Ruil glanced back behind him at the opening to the tunnel.  The breeze from outside no longer reached them this deep.  The temperate climate of Manthria was one of the things he thoroughly missed during his journey into the Truban province a couple months ago.  No longer did he eternally sweat.  And no longer will he have to worry about his steed, Bolero.  Must have spent more coin on water for the horse than food for myself… thought Ruil.  He turned to face forward again, watching all of the people moving about around him.  Even having just entered Tyr Donion the knight could see all sorts of merchants moving about.  Though he probably shouldn’t have been, Ruil was surprised to see as many humans and elves as there were dwarves.
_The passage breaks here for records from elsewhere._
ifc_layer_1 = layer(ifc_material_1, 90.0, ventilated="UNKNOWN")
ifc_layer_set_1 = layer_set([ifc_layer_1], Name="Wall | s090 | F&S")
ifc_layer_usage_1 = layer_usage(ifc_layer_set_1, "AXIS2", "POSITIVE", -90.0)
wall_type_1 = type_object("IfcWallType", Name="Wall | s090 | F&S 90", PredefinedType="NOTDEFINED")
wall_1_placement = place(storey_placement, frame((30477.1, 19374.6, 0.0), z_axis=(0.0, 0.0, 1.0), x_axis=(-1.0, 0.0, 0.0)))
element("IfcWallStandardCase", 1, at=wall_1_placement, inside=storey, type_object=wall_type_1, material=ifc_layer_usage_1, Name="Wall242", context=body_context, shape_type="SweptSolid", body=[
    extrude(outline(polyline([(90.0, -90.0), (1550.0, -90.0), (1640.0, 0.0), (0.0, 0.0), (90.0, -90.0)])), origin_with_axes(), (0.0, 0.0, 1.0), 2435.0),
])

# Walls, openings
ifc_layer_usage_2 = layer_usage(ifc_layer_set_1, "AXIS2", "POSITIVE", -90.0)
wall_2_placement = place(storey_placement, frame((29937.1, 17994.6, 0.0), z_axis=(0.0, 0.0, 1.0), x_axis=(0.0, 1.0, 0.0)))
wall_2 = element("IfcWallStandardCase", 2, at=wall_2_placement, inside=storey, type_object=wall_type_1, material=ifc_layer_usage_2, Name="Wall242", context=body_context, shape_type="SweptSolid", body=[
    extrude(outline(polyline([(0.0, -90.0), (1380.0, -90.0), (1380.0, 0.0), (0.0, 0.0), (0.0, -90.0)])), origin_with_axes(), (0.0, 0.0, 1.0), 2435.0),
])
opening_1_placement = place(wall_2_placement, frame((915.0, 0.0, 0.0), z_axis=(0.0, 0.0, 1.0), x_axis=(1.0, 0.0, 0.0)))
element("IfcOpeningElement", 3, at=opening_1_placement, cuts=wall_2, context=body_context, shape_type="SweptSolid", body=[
The sound of Bolero’s hooves on the ground was accompanied by another, coming from Mathis’s horse beside him.  It reminded Ruil of his brother’s presence, and he glanced at him for a second.  After their disagreement months ago, Ruil honestly did not anticipate riding at his brother’s side once more.  After all, Mathis was by no means the person he was when they were children.  Then again, neither am I, Ruil reflected.  In the end, I guess that’s what it means to become a man: to change.  For better or worse.  At first, Ruil did indeed believe his brothers to have changed for the worse.  Mathis visited his own sister near every night.  Young though he was, Ruil was neither oblivious nor stupid.  He did not fault his brother that, though he did fault him the excessive drinking he committed himself to after their sister’s death.  The binges disgusted him.
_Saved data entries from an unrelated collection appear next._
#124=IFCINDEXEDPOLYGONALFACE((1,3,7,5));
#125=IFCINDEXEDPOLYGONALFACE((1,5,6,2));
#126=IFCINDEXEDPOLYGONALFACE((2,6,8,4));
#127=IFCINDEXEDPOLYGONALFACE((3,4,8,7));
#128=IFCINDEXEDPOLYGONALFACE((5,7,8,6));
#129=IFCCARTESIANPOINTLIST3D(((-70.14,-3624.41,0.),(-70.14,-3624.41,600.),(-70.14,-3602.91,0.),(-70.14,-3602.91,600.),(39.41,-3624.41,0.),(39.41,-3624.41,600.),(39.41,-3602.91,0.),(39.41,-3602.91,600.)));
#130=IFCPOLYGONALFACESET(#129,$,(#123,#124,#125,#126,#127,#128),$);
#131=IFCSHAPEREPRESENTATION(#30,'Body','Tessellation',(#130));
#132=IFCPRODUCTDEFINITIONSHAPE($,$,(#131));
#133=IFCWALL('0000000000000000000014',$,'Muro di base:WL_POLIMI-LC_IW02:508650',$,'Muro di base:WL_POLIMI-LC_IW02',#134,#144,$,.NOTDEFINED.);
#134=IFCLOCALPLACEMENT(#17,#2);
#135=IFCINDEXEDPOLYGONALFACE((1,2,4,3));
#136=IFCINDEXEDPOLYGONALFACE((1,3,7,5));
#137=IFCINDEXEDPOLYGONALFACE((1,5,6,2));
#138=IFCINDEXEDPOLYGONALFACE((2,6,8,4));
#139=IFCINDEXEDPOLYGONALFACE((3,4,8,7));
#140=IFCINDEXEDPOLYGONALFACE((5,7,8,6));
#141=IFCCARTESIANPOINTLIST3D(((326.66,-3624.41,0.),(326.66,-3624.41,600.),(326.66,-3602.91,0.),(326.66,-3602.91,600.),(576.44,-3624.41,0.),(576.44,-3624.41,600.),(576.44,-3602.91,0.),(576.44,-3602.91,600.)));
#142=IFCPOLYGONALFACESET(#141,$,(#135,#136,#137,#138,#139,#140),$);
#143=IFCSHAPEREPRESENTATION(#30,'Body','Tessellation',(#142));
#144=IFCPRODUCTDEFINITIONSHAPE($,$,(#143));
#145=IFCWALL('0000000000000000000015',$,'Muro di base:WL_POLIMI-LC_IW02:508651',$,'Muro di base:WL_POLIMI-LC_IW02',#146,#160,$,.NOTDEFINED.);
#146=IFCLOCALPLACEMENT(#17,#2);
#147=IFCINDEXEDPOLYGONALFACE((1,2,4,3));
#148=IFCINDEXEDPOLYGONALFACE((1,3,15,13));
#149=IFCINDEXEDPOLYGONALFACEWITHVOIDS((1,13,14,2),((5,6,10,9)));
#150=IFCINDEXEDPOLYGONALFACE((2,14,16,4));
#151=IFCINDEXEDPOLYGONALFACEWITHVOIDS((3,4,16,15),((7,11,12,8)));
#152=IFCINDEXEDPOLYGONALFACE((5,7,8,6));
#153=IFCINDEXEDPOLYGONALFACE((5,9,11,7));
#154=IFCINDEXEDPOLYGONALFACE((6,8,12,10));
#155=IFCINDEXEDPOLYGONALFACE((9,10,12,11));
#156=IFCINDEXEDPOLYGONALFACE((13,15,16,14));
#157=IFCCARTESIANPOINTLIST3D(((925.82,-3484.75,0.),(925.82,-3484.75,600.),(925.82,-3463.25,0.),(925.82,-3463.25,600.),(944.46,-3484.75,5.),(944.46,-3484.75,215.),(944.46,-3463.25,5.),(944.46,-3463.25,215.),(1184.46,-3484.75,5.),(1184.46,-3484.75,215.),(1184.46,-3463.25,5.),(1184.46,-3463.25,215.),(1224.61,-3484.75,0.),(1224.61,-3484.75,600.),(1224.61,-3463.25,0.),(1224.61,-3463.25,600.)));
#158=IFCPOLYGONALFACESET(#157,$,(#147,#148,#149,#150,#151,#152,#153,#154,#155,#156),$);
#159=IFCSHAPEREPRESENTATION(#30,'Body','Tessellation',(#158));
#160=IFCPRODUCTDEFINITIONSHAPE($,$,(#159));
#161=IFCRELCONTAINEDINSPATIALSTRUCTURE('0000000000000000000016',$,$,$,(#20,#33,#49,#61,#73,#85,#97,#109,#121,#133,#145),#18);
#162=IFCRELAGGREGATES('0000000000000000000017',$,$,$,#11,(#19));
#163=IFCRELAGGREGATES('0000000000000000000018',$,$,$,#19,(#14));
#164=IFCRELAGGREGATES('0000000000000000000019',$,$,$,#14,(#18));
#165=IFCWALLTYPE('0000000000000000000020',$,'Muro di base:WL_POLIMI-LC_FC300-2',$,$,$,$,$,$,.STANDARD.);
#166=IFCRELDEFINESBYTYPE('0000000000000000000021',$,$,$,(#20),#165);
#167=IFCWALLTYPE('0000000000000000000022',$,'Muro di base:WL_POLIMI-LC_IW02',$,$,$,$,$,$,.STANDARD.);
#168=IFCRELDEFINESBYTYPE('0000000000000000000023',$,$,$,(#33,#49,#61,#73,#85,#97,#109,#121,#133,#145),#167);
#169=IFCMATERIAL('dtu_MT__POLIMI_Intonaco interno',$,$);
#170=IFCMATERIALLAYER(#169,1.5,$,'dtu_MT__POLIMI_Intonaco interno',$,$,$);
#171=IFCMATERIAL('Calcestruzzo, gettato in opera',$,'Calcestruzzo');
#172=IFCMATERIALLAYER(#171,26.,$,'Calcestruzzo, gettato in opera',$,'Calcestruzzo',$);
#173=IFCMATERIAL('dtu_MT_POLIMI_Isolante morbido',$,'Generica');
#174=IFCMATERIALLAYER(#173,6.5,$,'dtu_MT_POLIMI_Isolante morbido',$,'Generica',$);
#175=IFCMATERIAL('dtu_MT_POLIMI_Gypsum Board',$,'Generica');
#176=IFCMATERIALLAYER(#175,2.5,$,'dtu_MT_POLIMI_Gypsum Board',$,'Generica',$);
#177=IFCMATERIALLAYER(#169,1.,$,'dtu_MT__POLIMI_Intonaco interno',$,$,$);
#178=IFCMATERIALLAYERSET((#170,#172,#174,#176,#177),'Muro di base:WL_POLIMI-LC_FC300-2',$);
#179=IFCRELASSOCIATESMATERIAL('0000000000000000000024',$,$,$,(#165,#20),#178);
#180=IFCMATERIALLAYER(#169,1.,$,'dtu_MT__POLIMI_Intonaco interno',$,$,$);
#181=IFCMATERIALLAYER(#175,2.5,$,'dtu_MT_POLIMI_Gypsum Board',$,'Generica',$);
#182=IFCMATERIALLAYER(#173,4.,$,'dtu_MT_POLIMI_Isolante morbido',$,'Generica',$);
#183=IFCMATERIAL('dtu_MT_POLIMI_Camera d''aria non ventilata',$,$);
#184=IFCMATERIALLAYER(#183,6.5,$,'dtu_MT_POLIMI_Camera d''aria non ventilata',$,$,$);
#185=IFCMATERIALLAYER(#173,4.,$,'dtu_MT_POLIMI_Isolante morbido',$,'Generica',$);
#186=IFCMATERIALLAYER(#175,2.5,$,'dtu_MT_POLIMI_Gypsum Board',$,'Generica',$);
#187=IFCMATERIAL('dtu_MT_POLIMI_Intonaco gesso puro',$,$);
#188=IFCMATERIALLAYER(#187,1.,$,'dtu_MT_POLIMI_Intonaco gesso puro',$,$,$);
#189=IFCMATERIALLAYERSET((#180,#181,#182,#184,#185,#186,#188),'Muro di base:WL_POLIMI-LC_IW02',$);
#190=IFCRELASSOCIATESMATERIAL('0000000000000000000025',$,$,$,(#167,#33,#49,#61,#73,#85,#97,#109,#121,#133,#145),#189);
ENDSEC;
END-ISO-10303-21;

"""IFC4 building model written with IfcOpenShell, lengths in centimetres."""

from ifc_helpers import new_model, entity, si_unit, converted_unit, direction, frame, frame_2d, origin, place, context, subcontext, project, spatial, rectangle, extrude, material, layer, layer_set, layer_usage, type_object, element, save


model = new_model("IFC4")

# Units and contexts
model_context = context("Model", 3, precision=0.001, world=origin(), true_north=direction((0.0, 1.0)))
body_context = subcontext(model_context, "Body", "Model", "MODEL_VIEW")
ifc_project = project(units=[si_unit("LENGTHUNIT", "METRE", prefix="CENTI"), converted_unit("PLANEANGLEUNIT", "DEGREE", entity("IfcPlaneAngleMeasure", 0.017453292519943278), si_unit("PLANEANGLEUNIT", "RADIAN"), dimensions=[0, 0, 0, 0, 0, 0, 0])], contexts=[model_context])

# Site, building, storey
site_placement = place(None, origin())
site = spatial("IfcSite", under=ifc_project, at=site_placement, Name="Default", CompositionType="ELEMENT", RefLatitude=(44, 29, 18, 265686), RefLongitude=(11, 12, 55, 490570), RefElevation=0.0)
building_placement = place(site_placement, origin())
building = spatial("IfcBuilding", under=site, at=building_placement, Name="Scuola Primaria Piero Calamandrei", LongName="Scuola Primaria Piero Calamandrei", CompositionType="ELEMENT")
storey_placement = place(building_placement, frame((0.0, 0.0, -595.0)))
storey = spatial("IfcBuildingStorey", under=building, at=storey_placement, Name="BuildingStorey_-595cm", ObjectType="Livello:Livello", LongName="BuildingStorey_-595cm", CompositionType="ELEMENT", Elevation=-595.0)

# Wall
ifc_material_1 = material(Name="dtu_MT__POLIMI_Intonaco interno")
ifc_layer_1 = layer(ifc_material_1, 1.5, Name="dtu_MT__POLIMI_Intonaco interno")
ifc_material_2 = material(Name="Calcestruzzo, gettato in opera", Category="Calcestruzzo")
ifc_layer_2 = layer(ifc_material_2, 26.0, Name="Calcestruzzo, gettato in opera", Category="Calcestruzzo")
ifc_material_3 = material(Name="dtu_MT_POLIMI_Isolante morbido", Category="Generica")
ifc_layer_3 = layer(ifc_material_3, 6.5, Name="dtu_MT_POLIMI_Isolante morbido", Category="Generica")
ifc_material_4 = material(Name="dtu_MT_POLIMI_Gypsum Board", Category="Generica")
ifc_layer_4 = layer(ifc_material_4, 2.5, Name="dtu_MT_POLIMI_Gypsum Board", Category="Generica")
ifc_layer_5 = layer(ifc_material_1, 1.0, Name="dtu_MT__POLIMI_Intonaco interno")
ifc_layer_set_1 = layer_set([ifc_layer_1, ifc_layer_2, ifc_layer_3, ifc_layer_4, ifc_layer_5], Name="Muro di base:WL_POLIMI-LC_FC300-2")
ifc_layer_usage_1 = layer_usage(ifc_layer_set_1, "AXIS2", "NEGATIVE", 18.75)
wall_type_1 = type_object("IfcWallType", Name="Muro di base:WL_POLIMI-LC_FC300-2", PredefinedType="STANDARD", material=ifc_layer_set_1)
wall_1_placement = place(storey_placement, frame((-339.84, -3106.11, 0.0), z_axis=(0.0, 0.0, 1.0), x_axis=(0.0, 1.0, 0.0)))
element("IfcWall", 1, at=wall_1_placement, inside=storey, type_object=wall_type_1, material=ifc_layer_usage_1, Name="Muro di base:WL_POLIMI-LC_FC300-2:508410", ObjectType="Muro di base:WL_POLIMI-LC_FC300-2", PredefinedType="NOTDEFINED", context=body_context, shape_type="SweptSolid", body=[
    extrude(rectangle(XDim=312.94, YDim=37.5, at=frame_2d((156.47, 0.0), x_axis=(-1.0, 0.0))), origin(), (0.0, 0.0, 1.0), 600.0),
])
Now, Gundioc was far worse.  How that bear had ever once been considered a man, he did not know.  Never before had Ruil seen a man he worried would break his own horse.  Though, Gundioc would probably have liked to see that happen.  It would have been a great excuse to eat the thing.  His fighting style was even that of a bear.  He carried a two-handed warhammer, and would swing it with absolutely no finesse.  Ruil himself had gone up against those weapons (the hammer and Gundi’s rage).  He left that fight with a broken shield and a nearly broken arm – though his brother left it with several cuts and possibly even a fresh scar on his temple courtesy of Ruil’s spear – and just having been grabbed by the man left bruises that lasted for weeks.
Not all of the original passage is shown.